→ **How to complete this task**
Identify every line in the records below that contains the word "parts", and copy each of those lines.

:: Records shown ::

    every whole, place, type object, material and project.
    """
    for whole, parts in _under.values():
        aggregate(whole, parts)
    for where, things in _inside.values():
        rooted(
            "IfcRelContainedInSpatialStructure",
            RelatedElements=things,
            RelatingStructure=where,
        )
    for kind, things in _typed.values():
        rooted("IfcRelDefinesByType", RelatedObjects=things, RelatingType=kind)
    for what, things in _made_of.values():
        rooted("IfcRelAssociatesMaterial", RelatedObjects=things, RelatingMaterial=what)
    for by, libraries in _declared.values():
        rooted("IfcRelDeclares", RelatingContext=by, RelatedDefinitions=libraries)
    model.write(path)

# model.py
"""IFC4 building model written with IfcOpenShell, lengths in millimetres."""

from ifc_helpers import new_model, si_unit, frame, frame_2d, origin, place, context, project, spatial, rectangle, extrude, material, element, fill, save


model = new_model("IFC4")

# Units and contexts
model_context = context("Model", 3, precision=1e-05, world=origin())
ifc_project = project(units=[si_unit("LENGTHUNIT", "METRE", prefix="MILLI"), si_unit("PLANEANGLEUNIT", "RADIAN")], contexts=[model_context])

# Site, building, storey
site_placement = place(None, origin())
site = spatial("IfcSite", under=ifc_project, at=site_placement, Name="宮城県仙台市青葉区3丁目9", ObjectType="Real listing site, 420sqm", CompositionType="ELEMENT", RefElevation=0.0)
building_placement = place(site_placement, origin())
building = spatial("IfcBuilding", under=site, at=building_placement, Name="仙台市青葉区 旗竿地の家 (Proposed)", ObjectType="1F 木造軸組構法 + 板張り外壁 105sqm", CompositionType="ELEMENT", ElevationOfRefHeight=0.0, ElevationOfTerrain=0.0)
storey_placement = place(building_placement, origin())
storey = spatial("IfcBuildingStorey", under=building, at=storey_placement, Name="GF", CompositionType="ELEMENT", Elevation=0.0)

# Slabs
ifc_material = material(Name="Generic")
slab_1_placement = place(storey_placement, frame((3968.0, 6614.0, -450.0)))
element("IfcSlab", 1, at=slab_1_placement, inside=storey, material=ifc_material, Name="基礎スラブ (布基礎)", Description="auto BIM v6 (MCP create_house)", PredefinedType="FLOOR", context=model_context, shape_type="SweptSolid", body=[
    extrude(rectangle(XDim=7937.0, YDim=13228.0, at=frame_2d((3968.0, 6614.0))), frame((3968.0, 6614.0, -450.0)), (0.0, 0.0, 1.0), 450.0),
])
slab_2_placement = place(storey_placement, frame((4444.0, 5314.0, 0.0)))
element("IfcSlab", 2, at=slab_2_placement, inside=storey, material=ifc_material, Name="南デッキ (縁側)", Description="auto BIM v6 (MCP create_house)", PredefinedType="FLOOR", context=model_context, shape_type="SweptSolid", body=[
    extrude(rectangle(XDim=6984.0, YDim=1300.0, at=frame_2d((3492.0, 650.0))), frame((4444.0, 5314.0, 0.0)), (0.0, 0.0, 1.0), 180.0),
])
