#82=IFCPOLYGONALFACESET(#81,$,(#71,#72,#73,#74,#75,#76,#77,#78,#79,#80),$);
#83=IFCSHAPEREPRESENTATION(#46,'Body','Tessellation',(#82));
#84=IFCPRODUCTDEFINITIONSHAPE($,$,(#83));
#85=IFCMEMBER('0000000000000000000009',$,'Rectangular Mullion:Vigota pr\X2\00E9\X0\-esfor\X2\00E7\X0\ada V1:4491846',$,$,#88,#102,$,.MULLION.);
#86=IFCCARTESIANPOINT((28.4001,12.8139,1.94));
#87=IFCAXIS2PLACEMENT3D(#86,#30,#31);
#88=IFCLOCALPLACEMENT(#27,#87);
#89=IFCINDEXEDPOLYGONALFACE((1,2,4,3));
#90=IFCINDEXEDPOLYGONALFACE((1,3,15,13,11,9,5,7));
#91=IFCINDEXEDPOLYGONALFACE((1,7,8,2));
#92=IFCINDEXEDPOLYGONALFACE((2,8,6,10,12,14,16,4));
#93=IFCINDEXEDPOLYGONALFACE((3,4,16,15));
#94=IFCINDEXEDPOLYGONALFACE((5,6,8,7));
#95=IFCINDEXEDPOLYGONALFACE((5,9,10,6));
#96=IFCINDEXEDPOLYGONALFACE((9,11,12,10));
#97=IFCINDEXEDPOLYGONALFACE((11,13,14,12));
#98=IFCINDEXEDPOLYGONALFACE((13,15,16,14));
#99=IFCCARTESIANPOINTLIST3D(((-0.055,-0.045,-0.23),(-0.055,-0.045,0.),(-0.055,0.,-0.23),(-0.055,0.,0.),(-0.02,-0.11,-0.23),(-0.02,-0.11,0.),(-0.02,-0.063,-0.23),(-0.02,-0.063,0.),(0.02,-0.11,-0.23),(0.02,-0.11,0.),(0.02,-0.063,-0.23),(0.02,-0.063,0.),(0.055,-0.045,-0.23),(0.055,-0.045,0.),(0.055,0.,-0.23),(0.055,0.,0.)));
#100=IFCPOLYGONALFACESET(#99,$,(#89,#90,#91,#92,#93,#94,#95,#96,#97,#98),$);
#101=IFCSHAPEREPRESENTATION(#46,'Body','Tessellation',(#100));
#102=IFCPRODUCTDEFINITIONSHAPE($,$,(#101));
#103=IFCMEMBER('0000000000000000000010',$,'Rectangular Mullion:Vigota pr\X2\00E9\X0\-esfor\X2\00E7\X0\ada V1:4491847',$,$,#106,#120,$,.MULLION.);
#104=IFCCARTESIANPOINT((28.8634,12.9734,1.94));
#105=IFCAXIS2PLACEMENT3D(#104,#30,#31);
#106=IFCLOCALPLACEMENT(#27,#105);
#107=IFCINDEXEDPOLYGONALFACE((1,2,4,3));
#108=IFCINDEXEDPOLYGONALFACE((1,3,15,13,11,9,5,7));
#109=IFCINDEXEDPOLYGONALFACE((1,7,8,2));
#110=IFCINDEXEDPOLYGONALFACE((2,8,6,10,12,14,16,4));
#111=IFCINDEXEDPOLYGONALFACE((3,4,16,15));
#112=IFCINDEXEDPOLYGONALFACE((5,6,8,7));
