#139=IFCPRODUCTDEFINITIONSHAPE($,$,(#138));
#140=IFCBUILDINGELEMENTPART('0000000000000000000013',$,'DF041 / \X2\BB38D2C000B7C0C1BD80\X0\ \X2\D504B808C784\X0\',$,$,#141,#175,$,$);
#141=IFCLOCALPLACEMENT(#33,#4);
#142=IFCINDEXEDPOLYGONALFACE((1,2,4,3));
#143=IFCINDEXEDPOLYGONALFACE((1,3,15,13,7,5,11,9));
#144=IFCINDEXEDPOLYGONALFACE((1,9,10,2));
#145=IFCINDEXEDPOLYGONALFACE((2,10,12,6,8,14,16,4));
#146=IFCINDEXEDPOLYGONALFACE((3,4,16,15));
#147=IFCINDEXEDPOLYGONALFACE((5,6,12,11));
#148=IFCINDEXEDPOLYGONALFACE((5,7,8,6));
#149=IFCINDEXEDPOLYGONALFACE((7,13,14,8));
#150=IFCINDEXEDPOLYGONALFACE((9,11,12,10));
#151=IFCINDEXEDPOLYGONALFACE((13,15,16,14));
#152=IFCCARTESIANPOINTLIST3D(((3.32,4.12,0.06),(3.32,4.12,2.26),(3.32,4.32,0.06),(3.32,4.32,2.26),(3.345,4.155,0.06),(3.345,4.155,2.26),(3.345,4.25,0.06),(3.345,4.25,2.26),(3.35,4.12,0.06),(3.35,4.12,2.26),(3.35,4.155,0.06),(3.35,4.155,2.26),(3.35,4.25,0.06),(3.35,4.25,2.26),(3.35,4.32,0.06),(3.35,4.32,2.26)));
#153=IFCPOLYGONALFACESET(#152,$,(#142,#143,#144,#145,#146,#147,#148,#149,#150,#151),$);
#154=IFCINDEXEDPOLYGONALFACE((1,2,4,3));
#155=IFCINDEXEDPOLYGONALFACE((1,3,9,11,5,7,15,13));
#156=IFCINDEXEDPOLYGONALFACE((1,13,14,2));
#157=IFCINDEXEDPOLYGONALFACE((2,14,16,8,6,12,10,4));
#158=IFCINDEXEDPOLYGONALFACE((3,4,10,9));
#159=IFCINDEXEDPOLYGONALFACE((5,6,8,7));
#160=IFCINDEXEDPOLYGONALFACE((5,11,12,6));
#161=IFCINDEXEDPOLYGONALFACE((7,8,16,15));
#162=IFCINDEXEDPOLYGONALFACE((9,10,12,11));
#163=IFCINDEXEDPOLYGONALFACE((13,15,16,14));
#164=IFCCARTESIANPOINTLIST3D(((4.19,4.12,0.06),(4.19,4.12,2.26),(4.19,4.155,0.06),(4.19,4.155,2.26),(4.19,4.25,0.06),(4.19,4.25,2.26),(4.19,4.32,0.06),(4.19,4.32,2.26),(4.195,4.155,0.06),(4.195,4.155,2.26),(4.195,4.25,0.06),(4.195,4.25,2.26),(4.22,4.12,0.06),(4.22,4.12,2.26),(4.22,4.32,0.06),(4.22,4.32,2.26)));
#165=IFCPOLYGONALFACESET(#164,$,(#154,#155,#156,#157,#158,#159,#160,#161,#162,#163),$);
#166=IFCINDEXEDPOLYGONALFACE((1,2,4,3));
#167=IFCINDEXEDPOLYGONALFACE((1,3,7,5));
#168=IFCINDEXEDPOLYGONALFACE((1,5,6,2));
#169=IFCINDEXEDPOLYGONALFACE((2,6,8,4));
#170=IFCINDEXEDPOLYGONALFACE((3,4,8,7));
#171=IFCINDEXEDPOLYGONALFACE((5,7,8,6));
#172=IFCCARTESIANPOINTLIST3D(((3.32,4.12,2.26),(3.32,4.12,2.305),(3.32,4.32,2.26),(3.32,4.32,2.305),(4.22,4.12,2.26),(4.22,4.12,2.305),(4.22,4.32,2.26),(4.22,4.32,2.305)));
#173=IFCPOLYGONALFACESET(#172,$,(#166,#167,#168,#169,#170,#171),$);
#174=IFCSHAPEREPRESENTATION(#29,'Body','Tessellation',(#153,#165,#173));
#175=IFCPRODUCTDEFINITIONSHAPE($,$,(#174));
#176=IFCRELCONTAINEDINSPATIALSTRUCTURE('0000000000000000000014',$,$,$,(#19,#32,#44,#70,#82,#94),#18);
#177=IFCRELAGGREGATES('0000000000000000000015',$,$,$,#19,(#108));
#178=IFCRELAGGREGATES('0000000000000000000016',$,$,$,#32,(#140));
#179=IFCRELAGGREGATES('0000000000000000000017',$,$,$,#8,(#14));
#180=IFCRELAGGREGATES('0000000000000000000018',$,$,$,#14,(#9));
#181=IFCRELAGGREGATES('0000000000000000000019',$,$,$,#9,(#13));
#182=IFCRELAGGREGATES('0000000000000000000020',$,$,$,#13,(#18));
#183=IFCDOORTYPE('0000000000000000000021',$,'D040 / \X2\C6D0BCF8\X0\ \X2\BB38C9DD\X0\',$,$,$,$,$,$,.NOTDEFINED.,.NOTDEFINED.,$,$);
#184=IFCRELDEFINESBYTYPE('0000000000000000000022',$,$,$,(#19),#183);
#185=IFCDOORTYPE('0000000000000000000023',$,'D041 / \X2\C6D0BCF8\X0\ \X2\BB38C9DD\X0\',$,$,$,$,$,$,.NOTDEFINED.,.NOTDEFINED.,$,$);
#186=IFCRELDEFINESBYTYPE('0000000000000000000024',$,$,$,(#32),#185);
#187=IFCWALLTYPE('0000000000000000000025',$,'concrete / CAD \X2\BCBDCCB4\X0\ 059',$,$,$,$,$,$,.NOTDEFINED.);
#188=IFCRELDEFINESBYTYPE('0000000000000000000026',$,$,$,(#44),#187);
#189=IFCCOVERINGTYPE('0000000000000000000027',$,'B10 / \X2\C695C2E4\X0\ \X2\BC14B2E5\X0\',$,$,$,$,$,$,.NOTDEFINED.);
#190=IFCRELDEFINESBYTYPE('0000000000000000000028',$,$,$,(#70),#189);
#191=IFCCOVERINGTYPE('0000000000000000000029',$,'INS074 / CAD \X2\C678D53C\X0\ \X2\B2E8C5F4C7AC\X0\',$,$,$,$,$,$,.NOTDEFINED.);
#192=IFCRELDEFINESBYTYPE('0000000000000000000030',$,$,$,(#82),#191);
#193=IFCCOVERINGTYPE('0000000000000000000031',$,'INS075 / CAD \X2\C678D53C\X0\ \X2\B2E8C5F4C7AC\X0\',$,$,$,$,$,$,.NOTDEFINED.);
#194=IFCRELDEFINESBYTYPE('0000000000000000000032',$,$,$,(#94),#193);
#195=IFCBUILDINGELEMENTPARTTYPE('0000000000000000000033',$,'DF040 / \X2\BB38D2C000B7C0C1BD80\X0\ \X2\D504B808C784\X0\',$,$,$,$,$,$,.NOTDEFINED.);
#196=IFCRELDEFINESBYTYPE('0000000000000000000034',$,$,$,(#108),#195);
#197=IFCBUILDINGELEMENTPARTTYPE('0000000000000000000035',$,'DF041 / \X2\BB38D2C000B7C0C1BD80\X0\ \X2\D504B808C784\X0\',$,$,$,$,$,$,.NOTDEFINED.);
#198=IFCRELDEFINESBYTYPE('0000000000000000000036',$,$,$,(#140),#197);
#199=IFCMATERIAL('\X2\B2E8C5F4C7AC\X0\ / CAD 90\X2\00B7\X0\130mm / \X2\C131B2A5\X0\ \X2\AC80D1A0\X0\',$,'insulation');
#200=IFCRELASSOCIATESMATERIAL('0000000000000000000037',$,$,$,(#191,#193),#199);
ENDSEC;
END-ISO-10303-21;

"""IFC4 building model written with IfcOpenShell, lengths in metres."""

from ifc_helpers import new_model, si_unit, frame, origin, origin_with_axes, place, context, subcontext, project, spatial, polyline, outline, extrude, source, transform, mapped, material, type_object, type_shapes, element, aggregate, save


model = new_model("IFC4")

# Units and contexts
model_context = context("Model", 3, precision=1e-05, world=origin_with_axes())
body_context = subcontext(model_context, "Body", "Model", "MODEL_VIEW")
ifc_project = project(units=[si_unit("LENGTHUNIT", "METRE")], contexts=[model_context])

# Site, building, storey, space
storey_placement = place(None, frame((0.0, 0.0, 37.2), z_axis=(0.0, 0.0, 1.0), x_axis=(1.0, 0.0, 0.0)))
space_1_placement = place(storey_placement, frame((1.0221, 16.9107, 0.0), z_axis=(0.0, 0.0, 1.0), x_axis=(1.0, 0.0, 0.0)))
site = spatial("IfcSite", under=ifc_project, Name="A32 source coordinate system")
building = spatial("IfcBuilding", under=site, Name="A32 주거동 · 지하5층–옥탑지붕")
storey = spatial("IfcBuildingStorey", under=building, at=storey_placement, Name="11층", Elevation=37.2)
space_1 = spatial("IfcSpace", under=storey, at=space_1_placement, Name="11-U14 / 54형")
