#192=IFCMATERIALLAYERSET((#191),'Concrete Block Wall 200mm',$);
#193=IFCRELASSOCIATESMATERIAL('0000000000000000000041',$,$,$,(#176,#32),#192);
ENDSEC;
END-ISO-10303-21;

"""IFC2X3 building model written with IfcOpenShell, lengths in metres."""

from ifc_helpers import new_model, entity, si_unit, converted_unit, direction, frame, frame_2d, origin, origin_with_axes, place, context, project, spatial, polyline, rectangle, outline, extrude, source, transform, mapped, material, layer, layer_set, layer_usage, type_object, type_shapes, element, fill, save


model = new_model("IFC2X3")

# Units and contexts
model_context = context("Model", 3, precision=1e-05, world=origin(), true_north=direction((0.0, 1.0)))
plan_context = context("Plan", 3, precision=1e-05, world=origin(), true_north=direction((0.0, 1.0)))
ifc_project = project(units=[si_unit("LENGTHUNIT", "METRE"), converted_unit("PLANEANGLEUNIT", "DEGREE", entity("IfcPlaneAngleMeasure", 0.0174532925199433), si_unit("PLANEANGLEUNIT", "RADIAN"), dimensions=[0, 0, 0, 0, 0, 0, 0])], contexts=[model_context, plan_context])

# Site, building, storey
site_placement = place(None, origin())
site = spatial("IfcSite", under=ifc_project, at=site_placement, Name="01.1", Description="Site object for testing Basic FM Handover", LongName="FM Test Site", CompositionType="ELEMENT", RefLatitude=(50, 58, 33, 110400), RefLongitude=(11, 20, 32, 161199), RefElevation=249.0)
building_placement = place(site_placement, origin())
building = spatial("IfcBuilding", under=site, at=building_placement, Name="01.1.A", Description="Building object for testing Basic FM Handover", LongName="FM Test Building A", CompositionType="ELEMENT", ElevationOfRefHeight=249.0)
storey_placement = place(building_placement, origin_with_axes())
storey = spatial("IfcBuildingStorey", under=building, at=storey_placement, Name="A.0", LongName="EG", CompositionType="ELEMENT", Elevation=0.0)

:::

→ **Solution to this task**
    for whole, parts in _under.values():
        aggregate(whole, parts)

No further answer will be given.